__Activity__
Whenever a line below includes the word "subcontext", copy that line.

================================

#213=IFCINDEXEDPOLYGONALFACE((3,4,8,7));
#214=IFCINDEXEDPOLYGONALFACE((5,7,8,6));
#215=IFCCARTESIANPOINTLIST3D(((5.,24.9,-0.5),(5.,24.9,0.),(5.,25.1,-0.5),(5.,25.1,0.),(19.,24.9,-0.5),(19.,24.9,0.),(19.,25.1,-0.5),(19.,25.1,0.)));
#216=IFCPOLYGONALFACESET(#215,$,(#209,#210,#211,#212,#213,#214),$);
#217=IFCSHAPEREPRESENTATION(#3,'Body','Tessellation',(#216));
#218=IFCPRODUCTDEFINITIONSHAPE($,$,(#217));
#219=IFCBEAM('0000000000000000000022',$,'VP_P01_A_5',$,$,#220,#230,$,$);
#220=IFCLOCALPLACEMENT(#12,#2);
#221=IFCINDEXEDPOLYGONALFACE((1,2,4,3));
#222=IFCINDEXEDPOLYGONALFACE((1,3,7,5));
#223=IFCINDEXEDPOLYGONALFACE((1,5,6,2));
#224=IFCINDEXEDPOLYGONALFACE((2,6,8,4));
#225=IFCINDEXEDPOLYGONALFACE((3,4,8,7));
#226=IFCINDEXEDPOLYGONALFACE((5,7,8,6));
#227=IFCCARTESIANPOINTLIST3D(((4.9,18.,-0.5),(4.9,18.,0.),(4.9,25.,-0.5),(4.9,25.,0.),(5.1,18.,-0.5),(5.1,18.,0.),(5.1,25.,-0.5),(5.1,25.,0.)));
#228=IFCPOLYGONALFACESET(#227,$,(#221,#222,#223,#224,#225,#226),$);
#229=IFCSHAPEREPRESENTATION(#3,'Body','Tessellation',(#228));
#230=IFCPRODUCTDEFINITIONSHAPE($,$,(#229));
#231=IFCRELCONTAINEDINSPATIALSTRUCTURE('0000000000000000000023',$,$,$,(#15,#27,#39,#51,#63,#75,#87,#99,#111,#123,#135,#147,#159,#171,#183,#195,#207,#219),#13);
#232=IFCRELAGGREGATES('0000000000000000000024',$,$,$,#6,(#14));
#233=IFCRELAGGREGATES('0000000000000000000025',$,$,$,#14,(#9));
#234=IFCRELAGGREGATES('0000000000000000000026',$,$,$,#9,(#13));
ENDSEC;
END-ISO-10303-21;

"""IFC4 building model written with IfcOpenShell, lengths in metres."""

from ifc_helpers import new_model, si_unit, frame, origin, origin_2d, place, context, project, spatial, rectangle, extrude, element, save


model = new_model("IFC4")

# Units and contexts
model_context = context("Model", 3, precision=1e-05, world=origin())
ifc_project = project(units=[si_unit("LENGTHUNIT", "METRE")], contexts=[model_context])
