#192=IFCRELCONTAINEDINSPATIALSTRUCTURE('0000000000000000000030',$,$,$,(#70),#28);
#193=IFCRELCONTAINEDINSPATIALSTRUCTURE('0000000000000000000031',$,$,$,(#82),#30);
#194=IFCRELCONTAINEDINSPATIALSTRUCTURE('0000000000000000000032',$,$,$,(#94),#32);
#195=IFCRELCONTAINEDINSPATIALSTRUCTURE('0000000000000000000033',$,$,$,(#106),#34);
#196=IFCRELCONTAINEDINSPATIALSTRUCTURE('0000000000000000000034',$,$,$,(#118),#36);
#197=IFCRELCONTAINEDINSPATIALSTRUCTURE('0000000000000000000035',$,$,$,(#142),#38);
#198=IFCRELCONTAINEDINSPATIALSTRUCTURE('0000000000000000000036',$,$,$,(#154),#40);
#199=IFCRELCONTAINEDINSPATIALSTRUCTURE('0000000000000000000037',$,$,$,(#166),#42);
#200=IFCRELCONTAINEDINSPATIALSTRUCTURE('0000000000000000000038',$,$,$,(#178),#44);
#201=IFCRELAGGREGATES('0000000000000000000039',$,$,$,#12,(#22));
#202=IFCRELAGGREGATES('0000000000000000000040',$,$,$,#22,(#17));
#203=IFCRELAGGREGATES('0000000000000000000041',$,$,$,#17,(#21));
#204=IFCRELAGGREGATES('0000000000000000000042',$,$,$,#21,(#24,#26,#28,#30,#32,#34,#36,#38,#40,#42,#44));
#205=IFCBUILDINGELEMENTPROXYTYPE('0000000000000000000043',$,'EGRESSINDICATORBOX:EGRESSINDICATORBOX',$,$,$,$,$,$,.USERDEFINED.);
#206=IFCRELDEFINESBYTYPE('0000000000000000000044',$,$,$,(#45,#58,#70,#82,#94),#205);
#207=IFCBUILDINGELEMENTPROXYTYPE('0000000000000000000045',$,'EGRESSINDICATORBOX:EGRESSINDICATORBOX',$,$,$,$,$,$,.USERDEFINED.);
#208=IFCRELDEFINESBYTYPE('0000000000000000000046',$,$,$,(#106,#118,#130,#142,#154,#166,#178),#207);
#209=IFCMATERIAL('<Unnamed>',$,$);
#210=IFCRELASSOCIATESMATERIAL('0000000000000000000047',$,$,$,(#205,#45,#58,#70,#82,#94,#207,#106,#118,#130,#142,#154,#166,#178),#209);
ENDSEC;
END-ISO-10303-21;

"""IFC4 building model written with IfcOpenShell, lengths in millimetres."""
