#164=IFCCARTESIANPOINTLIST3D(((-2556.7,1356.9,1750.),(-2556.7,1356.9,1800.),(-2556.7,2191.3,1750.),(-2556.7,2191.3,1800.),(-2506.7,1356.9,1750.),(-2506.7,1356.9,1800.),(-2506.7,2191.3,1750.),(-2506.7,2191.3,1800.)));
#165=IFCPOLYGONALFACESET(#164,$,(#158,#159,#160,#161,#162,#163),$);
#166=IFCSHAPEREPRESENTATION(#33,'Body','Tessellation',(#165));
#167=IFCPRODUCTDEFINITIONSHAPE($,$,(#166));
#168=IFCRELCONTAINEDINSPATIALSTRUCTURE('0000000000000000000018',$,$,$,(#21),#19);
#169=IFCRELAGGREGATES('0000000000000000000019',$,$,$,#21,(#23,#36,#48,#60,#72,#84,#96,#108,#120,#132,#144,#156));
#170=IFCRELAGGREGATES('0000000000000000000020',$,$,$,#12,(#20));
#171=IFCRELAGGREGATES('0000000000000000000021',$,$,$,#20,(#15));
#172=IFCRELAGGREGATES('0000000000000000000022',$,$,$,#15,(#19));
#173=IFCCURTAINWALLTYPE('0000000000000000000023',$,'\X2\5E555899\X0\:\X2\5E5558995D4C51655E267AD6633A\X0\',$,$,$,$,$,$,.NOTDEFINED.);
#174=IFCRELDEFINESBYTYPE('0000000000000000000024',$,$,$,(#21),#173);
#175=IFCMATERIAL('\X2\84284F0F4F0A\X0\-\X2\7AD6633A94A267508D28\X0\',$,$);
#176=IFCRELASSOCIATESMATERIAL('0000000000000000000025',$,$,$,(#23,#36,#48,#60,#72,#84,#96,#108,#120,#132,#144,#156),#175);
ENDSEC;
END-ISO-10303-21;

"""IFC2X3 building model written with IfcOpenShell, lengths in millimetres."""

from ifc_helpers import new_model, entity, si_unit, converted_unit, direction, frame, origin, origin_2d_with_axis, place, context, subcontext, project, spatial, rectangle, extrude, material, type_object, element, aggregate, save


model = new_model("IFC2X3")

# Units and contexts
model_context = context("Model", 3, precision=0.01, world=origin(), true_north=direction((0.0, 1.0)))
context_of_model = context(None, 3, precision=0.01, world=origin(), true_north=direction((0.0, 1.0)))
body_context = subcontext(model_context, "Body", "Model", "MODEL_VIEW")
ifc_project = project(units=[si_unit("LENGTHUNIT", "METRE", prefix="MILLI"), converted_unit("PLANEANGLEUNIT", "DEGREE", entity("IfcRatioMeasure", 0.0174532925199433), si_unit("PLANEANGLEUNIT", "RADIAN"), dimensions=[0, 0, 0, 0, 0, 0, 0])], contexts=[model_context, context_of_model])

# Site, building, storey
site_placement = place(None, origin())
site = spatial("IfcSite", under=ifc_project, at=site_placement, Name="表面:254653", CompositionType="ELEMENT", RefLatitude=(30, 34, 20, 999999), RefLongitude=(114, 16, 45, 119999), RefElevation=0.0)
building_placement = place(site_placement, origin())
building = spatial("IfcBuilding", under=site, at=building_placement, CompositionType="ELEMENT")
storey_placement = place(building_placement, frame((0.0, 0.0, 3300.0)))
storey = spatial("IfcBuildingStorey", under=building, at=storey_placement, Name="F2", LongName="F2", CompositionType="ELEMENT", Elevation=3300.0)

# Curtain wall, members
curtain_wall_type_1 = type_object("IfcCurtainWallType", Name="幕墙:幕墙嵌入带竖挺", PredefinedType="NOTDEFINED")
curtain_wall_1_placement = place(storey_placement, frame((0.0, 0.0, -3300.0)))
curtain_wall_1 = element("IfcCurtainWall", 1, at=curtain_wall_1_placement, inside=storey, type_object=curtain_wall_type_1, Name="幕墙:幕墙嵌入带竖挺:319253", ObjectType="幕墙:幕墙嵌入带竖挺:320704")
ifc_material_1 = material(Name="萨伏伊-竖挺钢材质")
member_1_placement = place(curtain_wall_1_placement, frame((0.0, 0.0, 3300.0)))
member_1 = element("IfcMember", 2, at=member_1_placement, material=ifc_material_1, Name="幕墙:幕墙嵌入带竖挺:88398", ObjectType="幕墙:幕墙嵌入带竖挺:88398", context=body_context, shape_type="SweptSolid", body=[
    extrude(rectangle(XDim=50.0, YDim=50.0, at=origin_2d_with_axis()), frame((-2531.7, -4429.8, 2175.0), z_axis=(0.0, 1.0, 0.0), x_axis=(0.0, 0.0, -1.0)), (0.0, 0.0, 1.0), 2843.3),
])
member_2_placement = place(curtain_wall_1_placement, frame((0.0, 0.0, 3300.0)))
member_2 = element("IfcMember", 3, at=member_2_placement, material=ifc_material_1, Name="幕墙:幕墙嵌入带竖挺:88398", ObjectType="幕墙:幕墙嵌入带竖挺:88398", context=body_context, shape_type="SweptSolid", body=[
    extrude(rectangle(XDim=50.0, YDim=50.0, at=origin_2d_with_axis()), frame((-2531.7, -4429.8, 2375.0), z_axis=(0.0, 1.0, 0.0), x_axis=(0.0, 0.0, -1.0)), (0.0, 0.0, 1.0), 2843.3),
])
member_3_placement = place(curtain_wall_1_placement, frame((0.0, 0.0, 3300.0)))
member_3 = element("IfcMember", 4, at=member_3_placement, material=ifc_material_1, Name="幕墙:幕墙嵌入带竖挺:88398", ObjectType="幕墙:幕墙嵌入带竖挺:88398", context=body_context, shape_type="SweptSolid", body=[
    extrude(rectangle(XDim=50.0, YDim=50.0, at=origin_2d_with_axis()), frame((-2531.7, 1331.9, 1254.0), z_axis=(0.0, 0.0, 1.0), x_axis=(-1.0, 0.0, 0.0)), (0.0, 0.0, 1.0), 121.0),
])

================================

__Written reply__
from ifc_helpers import new_model, entity, si_unit, converted_unit, direction, frame, origin, origin_2d_with_axis, place, context, subcontext, project, spatial, rectangle, extrude, material, type_object, element, aggregate, save
body_context = subcontext(model_context, "Body", "Model", "MODEL_VIEW")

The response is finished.